Dans l’acquisition de ces sciences, l’enfant passe par deux étapes.
La première étape consiste à ce que son cœur réunisse l’ensemble des connaissances non contingentes élémentaires, comme la connaissance de ce qui est impossible et de ce qui est possible selon les apparences. A ce stade, les connaissances théoriques ne lui sont pas encore acquises mais elles deviennent possibles, et tendent grandement à s’actualiser. Il en va de ces connaissances comme d’un praticien de l’écriture qui ne connaît encore de l’écriture que l’encre, la plume et les lettres isolées et non agencées : une telle personne est en passe de savoir écrire mais ne le sait pas encore complètement.
La seconde étape consiste à ce que s’accumulent et s’impriment en lui les connaissances acquises par son expérience et sa réflexion. Il peut alors revenir à ces connaissances comme bon lui semble, devenant semblable à une personne rompue à l’usage de l’écriture, et dont les gens disent : « un tel écrit », même s’il n’est pas en train d’écrire à ce moment précis, car cela signifie simplement qu’il a cette capacité. Ceci est l’ultime degré d’humanité.
Mais ce degré lui-même comporte d’innombrables niveaux, correspondant aux niveaux respectifs des gens sous le rapport de leurs connaissances quantitatives et qualitatives, et de la manière qu’ils ont d’acquérir ces connaissances. Car certains cœurs les acquièrent de manière spontanée et intuitive par le biais d’inspirations divines, tandis que d’autres les acquièrent par l’étude et l’apprentissage. De même, certains sont prompts à assimiler, et d’autres sont lents. C’est en cela que varient les stations des savants, des sages, des prophètes et des saints. Car les niveaux de progression dans le savoir sont innombrables, du fait que les connaissances divines sont inépuisables. Le plus haut degré est celui du prophète auquel sont rapidement révélées toutes les vérités, ou la plupart, sans apprentissage ni effort, par le biais du dévoilement divin.
Dans cet état de grâce, le serviteur se rapproche de Dieu, sous le rapport de la compréhension, de la conformation à la vérité et de l’authenticité, non sous le rapport du lieu ou de la distance.

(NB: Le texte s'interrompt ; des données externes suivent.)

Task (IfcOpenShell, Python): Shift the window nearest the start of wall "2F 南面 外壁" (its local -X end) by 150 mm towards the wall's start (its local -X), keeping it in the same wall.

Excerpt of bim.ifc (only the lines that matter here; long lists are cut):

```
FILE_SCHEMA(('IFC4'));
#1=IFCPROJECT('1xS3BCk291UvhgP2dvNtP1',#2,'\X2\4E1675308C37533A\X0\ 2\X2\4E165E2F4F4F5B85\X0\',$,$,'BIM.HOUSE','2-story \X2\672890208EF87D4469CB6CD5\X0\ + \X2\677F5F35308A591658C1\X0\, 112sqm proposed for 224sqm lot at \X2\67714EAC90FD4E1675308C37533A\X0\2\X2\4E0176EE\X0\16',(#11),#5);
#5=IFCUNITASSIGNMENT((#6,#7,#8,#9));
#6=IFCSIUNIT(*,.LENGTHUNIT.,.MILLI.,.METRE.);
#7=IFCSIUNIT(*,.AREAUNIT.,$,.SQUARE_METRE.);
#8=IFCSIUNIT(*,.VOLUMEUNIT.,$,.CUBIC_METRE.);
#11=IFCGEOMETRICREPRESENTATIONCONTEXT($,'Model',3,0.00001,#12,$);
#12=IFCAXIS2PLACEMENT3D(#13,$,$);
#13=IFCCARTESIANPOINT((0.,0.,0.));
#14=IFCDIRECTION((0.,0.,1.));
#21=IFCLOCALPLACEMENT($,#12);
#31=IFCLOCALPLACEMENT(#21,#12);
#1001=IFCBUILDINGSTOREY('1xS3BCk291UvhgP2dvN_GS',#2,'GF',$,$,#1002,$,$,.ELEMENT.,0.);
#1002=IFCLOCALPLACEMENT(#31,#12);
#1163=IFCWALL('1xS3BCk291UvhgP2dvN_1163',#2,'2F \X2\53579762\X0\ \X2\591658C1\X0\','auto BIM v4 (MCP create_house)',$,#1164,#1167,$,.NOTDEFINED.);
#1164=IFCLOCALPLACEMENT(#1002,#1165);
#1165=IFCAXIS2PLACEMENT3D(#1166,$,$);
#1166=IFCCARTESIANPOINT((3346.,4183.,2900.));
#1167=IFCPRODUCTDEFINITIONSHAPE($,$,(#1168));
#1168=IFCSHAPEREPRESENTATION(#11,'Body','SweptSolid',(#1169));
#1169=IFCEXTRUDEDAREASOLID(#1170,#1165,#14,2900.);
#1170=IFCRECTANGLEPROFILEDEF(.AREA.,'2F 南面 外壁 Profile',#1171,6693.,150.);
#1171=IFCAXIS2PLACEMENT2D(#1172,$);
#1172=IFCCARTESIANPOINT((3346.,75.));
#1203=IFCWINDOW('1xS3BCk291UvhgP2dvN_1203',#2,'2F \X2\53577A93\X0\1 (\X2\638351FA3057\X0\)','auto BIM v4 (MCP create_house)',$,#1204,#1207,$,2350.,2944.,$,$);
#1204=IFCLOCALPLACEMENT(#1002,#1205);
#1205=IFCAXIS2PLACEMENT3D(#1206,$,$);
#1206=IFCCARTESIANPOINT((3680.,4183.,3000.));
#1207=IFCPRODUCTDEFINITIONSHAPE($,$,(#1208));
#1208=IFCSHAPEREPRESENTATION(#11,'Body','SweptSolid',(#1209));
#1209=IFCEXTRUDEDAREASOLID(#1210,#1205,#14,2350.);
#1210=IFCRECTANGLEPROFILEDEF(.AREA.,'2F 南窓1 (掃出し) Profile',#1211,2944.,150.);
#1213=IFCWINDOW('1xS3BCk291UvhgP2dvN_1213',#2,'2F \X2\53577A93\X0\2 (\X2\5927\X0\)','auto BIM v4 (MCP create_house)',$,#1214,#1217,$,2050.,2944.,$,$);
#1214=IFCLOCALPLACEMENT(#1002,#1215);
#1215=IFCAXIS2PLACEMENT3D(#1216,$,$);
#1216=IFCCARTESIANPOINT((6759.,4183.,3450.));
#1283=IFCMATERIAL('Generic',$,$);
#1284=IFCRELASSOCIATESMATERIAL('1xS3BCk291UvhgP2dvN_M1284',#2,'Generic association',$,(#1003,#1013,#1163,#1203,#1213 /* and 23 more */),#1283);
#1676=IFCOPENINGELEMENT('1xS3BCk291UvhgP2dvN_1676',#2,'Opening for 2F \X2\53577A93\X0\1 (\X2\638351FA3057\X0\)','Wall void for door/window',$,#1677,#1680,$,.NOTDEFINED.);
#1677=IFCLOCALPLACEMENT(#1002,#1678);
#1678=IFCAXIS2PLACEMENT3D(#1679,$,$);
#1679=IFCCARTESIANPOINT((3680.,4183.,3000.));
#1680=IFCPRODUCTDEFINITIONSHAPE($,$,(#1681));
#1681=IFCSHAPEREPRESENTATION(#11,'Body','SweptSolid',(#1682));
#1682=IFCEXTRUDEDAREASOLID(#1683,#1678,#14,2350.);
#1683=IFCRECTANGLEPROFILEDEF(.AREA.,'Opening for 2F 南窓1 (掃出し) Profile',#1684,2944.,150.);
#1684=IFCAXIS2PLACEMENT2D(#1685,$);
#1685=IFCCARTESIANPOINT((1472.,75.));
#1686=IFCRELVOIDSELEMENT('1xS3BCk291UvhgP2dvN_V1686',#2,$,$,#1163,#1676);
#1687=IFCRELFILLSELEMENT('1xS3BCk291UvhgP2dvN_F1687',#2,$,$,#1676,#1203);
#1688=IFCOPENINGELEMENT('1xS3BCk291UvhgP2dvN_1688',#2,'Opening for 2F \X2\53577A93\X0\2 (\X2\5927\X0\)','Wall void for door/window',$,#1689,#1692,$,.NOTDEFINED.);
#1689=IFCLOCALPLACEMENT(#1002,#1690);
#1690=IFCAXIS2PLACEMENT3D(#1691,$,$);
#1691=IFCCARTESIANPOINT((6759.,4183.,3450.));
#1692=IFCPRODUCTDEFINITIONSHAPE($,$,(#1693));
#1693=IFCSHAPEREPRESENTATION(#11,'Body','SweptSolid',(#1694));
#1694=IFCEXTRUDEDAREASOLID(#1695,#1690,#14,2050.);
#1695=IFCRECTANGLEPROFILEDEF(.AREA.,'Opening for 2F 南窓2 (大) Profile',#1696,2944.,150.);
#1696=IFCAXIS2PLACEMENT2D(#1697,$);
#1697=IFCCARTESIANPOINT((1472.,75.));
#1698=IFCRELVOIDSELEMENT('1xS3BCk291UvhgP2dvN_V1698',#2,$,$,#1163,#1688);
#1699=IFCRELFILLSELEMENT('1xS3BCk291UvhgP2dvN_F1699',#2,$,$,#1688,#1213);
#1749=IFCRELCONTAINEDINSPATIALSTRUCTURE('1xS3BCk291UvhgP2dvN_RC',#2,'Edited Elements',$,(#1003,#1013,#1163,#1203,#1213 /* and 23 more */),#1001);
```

```python
import ifcopenshell
import ifcopenshell.api.geometry
import ifcopenshell.util.placement

model = ifcopenshell.open("bim.ifc")

window = model.by_id(1203)
opening = window.FillsVoids[0].RelatingOpeningElement
wall = opening.VoidsElements[0].RelatingBuildingElement

wall_matrix = ifcopenshell.util.placement.get_local_placement(wall.ObjectPlacement)
shift = wall_matrix[:3, 0] * -150.0
before = ifcopenshell.util.placement.get_local_placement(window.ObjectPlacement)[:3, 3].copy()

# The window is not placed relative to its opening, so move both.
for product in (opening, window):
    matrix = ifcopenshell.util.placement.get_local_placement(product.ObjectPlacement)
    matrix[:3, 3] += shift
    ifcopenshell.api.geometry.edit_object_placement(model, product=product, matrix=matrix, is_si=False)

after = ifcopenshell.util.placement.get_local_placement(window.ObjectPlacement)[:3, 3]
print("window moved by", (after - before).round(3) + 0.0)

model.write("bim_edited.ifc")
```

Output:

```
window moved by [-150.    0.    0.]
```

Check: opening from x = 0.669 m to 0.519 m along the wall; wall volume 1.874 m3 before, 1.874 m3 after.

La progression dans ces niveaux correspond aux stations des aspirants cheminant sur la voie de Dieu. Ces niveaux sont innombrables et l’aspirant seul sait où il se situe lui-même dans sa progression. Il le sait comme il sait les niveaux par lesquels il est passé. Quant au chemin qu’il lui reste à parcourir, il n’a pas réellement connaissance de ce qui lui est réservé. Il peut seulement croire à son existence, comme nous croyons à la prophétie et au prophète, et comme nous prêtons foi à son existence.